Bei einem sonst gesunden und gut entwickelten Mädchen fällt bei der U9 eine beidseitige Visusminderung auf (0,5 im Lea-Hyvärinen-Test, untere Normgrenze 0,7). Im Lang-1-Stereotest hat sie Schwierigkeiten, die Figuren zu erkennen. Der Augenbefund ist ansonsten normal, die Hornhautreflexbildchen sind symmetrisch, Pupillenreaktion und Bulbusmotilität unauffällig. Der Brückner-Test war von U2 bis U7 unauffällig, der Visus bei U7a beidseits 0,3, bei U8 schon 0,5 (beides eben noch altersgerecht).

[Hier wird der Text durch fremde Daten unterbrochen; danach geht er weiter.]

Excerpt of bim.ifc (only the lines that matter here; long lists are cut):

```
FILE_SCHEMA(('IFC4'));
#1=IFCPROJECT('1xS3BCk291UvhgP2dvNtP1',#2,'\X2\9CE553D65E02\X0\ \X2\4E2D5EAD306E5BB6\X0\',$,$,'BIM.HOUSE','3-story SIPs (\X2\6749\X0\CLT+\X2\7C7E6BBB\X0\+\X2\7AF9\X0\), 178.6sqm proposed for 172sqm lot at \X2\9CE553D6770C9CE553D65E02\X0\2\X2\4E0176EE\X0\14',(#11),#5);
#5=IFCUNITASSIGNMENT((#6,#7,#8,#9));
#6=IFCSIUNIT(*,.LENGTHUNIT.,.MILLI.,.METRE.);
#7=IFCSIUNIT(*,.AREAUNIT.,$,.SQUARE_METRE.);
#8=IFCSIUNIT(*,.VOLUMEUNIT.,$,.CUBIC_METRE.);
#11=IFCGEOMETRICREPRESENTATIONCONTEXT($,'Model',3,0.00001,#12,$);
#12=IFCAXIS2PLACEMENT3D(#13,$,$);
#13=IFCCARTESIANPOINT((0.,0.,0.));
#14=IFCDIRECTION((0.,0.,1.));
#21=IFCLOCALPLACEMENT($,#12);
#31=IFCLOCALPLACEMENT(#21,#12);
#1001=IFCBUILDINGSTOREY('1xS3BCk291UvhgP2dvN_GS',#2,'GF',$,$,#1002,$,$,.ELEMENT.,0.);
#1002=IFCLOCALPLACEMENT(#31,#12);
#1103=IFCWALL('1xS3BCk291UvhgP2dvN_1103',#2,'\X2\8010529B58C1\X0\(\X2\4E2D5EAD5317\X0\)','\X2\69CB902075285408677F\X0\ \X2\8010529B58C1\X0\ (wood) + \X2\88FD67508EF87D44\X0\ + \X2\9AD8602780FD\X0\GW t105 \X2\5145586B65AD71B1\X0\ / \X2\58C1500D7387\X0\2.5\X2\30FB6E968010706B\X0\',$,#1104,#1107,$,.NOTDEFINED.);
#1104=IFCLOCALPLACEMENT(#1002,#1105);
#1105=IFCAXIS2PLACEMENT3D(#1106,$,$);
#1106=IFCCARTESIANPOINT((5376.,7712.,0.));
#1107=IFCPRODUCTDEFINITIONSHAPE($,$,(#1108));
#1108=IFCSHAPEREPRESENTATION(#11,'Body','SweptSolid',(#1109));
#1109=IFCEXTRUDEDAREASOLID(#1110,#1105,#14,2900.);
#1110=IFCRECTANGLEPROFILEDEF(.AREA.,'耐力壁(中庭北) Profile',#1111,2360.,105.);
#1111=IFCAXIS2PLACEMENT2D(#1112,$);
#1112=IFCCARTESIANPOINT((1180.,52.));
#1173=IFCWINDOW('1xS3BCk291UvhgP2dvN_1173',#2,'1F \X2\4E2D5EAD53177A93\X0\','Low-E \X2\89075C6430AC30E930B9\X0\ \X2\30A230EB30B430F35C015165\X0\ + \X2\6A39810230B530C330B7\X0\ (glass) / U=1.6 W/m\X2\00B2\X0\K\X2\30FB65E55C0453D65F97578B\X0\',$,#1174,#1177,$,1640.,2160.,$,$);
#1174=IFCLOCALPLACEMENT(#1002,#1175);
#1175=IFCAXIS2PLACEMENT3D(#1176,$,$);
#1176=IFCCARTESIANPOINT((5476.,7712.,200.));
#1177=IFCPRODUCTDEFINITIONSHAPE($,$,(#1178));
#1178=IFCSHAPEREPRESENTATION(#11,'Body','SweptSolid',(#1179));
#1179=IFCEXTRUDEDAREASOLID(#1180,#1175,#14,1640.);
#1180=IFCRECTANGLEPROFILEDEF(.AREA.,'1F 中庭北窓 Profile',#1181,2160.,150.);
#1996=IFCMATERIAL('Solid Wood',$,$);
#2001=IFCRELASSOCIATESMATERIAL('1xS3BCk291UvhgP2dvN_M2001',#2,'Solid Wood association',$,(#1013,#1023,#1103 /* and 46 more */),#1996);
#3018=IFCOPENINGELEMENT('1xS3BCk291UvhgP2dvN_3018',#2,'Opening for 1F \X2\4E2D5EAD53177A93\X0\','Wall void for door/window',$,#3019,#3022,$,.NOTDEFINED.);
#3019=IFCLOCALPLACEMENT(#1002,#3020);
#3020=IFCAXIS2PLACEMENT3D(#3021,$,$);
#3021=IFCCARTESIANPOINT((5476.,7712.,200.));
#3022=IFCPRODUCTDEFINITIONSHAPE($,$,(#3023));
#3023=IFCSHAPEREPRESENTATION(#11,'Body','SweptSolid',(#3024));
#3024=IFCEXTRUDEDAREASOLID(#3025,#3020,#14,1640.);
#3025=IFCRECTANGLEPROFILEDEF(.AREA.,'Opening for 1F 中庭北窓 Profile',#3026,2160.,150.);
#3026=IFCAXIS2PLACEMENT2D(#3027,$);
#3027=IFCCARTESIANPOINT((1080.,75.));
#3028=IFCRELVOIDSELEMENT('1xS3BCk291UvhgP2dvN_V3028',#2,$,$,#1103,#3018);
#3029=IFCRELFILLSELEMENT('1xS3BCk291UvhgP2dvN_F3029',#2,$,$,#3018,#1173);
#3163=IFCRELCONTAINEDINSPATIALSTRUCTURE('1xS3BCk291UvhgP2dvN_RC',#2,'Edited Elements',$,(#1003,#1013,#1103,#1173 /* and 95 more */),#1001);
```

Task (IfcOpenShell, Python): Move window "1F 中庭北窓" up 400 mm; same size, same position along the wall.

```python
import numpy as np
import ifcopenshell
import ifcopenshell.api.geometry
import ifcopenshell.util.placement
import ifcopenshell.util.unit

model = ifcopenshell.open("bim.ifc")
unit_scale = ifcopenshell.util.unit.calculate_unit_scale(model)

window = model.by_id(1173)
opening = window.FillsVoids[0].RelatingOpeningElement
dz = 0.4 / unit_scale

shift = np.array([0.0, 0.0, dz])
# The window is not placed relative to its opening, so move both.
for product in (opening, window):
    matrix = ifcopenshell.util.placement.get_local_placement(product.ObjectPlacement)
    matrix[:3, 3] += shift
    ifcopenshell.api.geometry.edit_object_placement(model, product=product, matrix=matrix, is_si=False)

print(f"moved by {dz * unit_scale:+.3f} m")

model.write("bim_rev.ifc")
```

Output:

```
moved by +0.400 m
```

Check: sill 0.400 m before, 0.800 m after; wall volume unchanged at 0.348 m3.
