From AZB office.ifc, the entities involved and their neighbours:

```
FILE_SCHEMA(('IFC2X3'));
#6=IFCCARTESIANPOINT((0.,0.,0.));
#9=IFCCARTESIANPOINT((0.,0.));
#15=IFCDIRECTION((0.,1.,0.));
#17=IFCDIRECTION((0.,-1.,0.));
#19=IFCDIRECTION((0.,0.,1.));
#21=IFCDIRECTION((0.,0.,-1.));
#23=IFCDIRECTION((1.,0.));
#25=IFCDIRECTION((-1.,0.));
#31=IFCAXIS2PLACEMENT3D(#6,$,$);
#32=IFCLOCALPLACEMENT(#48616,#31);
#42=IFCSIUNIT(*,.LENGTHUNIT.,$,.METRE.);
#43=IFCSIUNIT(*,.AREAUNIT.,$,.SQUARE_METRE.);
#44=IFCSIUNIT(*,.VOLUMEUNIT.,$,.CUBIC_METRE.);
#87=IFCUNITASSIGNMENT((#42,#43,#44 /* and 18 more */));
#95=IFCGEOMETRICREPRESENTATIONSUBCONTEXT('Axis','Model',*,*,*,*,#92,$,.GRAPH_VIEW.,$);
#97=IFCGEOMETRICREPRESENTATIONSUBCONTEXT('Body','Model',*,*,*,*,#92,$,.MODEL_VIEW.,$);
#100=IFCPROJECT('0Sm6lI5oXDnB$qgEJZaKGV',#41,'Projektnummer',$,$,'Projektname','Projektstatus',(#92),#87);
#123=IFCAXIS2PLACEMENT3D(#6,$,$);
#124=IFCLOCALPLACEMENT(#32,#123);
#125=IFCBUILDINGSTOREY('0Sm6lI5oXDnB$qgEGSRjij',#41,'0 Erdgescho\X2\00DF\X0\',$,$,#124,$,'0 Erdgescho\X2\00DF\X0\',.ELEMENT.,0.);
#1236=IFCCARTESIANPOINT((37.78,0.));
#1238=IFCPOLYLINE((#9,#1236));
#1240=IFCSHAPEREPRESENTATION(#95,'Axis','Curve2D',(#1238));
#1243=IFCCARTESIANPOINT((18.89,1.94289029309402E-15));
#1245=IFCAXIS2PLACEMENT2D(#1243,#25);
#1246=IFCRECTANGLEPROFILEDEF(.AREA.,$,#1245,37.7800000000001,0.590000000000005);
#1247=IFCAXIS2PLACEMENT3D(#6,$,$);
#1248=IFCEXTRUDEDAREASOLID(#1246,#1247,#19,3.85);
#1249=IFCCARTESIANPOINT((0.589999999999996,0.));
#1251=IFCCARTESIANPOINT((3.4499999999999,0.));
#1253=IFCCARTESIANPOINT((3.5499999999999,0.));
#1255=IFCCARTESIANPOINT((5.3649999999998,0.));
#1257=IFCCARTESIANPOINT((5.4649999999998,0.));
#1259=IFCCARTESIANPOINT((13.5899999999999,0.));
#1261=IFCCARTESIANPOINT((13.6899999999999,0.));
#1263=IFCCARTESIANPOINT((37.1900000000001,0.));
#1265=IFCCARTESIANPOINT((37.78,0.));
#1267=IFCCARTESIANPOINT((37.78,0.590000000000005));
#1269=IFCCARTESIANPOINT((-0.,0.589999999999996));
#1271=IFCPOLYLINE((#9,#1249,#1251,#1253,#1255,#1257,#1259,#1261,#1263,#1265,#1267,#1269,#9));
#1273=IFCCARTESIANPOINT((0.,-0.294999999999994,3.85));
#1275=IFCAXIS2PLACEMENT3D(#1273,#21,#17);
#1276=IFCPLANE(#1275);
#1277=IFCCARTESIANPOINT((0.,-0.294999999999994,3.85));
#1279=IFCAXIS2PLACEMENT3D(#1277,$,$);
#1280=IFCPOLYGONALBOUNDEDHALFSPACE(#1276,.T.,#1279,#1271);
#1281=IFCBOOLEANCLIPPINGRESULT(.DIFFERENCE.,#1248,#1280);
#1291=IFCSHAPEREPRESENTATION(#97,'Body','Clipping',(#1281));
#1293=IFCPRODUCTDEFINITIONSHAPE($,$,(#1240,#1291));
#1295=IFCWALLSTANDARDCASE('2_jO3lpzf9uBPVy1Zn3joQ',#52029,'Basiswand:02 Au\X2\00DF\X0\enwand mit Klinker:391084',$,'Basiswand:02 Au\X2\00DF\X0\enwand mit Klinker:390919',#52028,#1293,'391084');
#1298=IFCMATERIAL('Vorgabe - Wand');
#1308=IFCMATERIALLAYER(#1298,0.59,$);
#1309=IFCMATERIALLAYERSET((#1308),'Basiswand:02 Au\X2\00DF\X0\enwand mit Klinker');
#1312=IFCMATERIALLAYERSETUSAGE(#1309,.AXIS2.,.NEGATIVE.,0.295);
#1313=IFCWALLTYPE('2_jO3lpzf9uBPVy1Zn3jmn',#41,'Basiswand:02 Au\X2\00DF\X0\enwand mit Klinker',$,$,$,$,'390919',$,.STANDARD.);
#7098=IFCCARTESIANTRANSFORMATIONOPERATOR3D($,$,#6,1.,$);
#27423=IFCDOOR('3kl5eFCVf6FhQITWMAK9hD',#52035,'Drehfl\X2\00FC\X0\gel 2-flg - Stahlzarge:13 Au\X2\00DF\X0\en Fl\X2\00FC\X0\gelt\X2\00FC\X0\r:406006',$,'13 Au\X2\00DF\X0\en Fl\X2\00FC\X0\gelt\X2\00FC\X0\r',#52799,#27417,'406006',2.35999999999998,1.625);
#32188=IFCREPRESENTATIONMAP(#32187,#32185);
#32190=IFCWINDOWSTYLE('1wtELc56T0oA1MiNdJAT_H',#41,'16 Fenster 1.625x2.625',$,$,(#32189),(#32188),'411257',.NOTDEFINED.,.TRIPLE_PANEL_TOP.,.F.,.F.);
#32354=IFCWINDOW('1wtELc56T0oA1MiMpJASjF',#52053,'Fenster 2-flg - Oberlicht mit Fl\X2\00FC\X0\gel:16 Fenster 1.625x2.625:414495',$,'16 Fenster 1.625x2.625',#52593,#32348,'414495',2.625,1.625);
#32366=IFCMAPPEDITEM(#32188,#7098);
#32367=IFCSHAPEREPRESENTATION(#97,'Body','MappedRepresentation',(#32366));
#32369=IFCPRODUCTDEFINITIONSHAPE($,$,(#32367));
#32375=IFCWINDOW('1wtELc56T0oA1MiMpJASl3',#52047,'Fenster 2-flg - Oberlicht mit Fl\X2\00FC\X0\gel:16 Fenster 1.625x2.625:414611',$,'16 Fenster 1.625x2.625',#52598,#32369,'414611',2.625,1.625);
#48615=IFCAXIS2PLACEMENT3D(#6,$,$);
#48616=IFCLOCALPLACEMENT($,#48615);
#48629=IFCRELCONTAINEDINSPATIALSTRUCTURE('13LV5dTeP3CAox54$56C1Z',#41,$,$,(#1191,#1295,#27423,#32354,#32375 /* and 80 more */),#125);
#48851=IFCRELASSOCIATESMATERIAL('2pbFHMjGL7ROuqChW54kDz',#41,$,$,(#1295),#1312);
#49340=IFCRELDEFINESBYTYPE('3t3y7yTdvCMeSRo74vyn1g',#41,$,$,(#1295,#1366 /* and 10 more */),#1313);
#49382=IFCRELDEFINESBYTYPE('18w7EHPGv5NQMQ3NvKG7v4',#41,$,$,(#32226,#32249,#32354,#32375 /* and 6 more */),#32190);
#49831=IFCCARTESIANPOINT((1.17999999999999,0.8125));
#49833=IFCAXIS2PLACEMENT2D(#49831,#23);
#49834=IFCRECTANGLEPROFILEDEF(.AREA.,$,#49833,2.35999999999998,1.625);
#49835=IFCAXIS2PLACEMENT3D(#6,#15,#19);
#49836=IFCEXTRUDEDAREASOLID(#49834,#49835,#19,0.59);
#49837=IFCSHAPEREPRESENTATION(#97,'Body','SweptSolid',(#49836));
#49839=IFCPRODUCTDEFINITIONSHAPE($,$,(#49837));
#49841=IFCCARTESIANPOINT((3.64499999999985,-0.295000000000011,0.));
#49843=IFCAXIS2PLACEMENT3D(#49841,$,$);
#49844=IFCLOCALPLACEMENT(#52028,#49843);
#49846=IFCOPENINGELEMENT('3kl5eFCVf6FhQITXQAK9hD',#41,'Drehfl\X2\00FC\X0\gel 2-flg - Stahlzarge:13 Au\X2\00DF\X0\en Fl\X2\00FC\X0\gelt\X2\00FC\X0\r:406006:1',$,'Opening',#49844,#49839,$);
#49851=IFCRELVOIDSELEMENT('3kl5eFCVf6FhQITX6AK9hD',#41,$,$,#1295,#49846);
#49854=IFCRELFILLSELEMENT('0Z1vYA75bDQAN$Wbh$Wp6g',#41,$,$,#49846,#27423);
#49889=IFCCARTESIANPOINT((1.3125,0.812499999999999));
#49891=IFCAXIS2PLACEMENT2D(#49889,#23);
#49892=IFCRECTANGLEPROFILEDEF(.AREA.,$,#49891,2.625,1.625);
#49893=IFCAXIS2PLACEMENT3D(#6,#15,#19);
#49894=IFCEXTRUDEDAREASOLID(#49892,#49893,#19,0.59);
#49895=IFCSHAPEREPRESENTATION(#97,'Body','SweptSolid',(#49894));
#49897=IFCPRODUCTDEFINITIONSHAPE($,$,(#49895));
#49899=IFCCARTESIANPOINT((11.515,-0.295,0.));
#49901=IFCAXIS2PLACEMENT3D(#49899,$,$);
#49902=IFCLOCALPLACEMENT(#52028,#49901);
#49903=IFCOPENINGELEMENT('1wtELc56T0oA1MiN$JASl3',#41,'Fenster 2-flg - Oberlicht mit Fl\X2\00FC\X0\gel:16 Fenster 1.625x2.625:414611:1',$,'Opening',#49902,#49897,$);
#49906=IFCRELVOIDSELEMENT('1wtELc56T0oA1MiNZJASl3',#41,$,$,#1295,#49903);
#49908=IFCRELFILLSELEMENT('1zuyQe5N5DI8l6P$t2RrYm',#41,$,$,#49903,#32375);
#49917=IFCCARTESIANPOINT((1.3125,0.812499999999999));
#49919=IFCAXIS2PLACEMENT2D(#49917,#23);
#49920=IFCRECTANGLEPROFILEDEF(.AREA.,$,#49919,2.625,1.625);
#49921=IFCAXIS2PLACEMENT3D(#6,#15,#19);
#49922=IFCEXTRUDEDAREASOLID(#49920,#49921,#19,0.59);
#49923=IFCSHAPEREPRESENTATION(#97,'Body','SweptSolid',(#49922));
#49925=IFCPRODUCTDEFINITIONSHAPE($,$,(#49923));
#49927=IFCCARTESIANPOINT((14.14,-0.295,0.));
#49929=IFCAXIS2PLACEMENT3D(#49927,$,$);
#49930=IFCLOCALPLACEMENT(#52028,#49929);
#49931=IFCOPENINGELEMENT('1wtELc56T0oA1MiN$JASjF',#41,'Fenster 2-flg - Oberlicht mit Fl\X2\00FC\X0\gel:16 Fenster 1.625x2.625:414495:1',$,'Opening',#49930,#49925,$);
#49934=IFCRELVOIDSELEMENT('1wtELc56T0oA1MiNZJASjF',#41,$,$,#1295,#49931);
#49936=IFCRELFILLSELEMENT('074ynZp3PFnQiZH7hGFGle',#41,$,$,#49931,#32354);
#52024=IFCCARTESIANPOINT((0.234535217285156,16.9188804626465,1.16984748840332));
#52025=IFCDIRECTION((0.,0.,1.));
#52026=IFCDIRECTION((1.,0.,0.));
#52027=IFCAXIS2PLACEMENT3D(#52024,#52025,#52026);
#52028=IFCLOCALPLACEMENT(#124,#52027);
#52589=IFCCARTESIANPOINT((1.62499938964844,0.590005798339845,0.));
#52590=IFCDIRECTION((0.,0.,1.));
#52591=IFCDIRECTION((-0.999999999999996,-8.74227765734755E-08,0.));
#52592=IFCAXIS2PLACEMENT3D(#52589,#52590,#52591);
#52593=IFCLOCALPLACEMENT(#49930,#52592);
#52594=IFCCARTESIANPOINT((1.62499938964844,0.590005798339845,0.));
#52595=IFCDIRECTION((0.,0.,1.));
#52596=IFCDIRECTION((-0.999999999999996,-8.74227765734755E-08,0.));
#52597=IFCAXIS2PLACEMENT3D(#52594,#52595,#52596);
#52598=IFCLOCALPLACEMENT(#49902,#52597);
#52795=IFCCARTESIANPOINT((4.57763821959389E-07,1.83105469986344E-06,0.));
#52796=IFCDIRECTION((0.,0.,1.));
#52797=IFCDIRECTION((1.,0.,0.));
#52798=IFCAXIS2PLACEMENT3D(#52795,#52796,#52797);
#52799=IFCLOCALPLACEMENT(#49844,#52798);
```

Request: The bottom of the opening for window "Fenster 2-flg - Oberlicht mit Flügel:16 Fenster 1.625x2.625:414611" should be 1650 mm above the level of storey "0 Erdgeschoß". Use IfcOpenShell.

```python
import numpy as np
import ifcopenshell
import ifcopenshell.api.geometry
import ifcopenshell.geom
import ifcopenshell.util.element
import ifcopenshell.util.placement
import ifcopenshell.util.shape
import ifcopenshell.util.unit

model = ifcopenshell.open("AZB office.ifc")
unit_scale = ifcopenshell.util.unit.calculate_unit_scale(model)

window = model.by_guid("1wtELc56T0oA1MiMpJASl3")
opening = window.FillsVoids[0].RelatingOpeningElement
storey = ifcopenshell.util.element.get_container(window, ifc_class="IfcBuildingStorey")
level = ifcopenshell.util.placement.get_local_placement(storey.ObjectPlacement)[2, 3]

# The opening's origin need not be at the sill, so measure its lowest point.
shape = ifcopenshell.geom.create_shape(ifcopenshell.geom.settings(), opening)
bottom = ifcopenshell.util.shape.get_shape_bottom_elevation(shape, shape.geometry) / unit_scale
dz = level + 1.65 / unit_scale - bottom

shift = np.array([0.0, 0.0, dz])
# The window is placed relative to its opening, so it follows when the opening moves.
matrix = ifcopenshell.util.placement.get_local_placement(opening.ObjectPlacement)
matrix[:3, 3] += shift
ifcopenshell.api.geometry.edit_object_placement(
    model, product=opening, matrix=matrix, is_si=False, should_transform_children=True
)

print(f"moved by {dz * unit_scale:+.3f} m")

model.write("AZB office_rev.ifc")
```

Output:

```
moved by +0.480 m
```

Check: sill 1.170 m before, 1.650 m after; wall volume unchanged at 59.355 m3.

Aufgrund der unzureichenden Visuszunahme von U8 zu U9 erfolgt die Vorstellung beim Augenarzt, dort werden die Befunde bestätigt. Die Skiaskopie ist unauffällig, erst in Zykloplegie demaskiert sich eine beidseitige Hyperopie von 4 Dioptrien, die das Kind eben noch akkommodativ kompensieren konnte. Nach Brillenversorgung bleibt der Visus unverändert (Zeichen einer leichten Amblyopie beidseits), steigt aber bis zum 6. Geburtstag bis auf 0,8 in den unteren Normbereich an. Eine irreversible Amblyopie konnte somit verhindert werden.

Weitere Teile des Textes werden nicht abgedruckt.